Heureusement, le ministre de l’Education Nationale Jean-Michel Blanquer, a confié à l’ancien inspecteur de l’éducation nationale Jean-Pierre Obin la mission pour harmoniser et améliorer la formation des enseignants et chefs d’établissement à la laïcité. Ouf !


Soyons sérieux.  « La jeunesse se désespère. Elle est profondément désespérée parce qu’elle n’a plus d’appui, elle ne croit plus en la politique française (…) Le désespoir est mobilisateur, et lorsqu’il est mobilisateur il devient dangereux». «Il faut que les grandes personnes qui dirigent ce monde soient prévenues que les jeunes vont virer du mauvais côté parce qu’il n’auront plus d’autre solution ».
Le 19 mars 1980, le jeune chanteur Daniel Balavoine interpellait ainsi le candidat à la présidentielle François Mitterrand.

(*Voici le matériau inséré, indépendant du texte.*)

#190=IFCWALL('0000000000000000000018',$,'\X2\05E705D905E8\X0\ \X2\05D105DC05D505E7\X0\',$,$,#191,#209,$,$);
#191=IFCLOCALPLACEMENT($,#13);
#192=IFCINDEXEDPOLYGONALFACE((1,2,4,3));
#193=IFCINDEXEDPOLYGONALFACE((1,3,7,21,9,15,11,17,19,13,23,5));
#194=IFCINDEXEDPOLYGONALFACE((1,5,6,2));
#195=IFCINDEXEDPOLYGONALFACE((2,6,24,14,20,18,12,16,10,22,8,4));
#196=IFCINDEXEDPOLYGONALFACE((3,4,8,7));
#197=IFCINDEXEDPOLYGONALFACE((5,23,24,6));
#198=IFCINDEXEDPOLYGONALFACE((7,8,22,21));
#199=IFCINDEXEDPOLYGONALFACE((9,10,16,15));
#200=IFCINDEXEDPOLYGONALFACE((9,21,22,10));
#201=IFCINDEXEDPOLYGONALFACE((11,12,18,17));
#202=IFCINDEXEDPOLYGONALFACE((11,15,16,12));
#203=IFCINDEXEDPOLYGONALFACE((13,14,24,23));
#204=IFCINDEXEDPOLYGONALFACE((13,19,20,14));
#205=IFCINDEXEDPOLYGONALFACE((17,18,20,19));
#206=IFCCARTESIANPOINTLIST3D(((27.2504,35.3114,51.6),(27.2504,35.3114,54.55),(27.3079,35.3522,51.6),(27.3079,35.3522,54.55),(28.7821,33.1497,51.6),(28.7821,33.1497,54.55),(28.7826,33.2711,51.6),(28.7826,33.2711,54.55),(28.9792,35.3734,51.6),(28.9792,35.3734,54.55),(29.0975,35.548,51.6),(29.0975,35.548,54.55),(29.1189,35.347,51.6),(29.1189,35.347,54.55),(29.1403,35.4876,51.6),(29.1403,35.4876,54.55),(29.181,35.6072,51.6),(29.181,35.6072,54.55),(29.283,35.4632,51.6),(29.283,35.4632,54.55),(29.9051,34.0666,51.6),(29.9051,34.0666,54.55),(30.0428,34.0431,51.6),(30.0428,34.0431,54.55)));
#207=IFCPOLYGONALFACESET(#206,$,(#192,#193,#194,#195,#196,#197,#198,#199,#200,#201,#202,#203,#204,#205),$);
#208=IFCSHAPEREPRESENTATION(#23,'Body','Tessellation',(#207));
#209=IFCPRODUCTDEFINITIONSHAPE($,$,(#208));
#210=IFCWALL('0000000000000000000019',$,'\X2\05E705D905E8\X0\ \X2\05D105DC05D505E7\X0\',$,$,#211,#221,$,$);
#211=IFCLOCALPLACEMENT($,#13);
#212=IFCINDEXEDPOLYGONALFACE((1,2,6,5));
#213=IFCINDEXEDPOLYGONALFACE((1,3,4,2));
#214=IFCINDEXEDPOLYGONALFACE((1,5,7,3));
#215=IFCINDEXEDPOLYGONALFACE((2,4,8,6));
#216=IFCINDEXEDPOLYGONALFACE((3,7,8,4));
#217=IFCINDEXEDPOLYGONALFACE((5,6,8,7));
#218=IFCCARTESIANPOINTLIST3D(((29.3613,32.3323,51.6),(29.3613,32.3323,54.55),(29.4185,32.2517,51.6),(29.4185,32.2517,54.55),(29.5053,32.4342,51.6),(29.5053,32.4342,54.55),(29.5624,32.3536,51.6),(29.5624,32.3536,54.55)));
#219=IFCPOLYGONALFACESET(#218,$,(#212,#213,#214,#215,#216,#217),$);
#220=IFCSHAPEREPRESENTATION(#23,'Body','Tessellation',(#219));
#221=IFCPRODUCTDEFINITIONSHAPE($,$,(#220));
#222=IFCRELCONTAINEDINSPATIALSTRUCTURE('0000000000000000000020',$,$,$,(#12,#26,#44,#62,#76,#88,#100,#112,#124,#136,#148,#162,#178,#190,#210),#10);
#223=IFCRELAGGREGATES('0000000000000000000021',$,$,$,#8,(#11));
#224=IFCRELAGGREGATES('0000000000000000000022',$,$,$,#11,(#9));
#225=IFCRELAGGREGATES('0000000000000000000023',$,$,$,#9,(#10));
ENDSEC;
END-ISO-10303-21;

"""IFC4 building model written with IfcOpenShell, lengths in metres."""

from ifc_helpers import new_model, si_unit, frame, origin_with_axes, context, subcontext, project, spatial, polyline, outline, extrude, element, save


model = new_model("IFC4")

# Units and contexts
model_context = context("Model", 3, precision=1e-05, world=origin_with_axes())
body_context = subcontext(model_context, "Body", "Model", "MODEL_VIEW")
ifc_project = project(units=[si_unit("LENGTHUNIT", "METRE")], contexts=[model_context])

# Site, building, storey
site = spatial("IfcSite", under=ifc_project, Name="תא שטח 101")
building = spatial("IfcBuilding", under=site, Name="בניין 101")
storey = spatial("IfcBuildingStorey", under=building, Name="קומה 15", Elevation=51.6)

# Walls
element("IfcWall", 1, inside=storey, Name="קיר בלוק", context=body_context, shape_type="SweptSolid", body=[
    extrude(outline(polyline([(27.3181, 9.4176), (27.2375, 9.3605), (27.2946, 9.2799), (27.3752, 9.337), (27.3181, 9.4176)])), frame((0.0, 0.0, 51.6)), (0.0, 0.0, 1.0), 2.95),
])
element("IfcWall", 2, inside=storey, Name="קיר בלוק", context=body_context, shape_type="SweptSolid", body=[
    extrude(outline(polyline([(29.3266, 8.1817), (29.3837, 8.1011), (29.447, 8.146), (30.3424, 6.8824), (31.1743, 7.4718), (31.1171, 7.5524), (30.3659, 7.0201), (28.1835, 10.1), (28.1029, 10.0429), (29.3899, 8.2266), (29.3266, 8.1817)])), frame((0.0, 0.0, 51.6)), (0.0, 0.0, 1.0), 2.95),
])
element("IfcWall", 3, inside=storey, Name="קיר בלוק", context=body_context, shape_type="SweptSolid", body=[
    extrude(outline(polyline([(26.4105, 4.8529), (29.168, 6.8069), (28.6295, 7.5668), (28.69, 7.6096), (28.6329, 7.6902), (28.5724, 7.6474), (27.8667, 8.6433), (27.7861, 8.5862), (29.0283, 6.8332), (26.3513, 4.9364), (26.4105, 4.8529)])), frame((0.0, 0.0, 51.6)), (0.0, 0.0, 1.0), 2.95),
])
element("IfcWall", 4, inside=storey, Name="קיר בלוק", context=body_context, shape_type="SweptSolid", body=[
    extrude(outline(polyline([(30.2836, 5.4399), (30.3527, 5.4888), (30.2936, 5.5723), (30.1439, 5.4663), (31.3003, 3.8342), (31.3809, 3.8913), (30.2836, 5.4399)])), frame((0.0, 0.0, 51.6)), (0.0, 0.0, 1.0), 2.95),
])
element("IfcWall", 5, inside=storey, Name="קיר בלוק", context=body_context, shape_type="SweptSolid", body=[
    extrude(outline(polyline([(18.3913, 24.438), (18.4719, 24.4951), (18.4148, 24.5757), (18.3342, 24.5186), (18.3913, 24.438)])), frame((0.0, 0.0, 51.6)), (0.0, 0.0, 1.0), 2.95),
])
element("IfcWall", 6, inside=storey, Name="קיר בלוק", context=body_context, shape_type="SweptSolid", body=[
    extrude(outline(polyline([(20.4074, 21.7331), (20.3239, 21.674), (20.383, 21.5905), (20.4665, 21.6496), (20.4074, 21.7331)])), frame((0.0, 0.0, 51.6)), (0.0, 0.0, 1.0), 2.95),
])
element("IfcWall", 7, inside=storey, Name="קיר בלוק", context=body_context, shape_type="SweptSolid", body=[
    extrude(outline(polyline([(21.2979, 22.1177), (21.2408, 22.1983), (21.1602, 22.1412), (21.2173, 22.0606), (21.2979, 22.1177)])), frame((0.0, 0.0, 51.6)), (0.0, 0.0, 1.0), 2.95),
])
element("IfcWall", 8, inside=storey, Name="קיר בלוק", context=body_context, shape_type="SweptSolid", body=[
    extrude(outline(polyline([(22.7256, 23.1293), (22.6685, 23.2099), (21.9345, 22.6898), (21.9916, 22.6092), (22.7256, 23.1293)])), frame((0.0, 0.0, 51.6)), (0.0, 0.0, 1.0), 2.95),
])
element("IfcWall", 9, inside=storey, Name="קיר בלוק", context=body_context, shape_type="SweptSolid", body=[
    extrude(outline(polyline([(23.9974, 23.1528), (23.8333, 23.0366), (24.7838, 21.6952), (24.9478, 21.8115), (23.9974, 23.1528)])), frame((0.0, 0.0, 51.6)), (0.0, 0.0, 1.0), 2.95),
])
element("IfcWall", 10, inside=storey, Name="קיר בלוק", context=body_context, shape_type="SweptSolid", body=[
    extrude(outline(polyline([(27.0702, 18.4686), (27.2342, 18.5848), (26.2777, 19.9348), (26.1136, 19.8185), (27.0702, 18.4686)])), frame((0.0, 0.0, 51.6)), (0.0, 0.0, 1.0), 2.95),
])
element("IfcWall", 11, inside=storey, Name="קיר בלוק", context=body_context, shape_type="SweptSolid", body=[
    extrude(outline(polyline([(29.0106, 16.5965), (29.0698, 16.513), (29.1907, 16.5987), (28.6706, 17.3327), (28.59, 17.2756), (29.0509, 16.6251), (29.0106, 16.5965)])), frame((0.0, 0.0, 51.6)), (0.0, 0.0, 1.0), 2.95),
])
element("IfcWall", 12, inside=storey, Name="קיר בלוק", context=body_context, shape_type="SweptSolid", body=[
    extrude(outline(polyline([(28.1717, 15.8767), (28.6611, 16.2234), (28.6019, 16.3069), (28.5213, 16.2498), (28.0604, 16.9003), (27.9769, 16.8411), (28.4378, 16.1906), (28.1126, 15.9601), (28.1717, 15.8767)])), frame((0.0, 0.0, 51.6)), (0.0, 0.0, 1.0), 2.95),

Nous y voici de nouveau. Mais quoi que fasse la France conservatrice, cette jeunesse qui n’en veut plus prendra prochainement les rênes de ce pays, et il est fort à parier que ces lois liberticides finiront leur carrière à la corbeille.


C’est d’ailleurs ce que prédisent les sociologues Anne Muxel et Olivier Galland . La faute à qui ? au « poids croissant des musulmans en France» («  La Tentation radicale  » – PUF).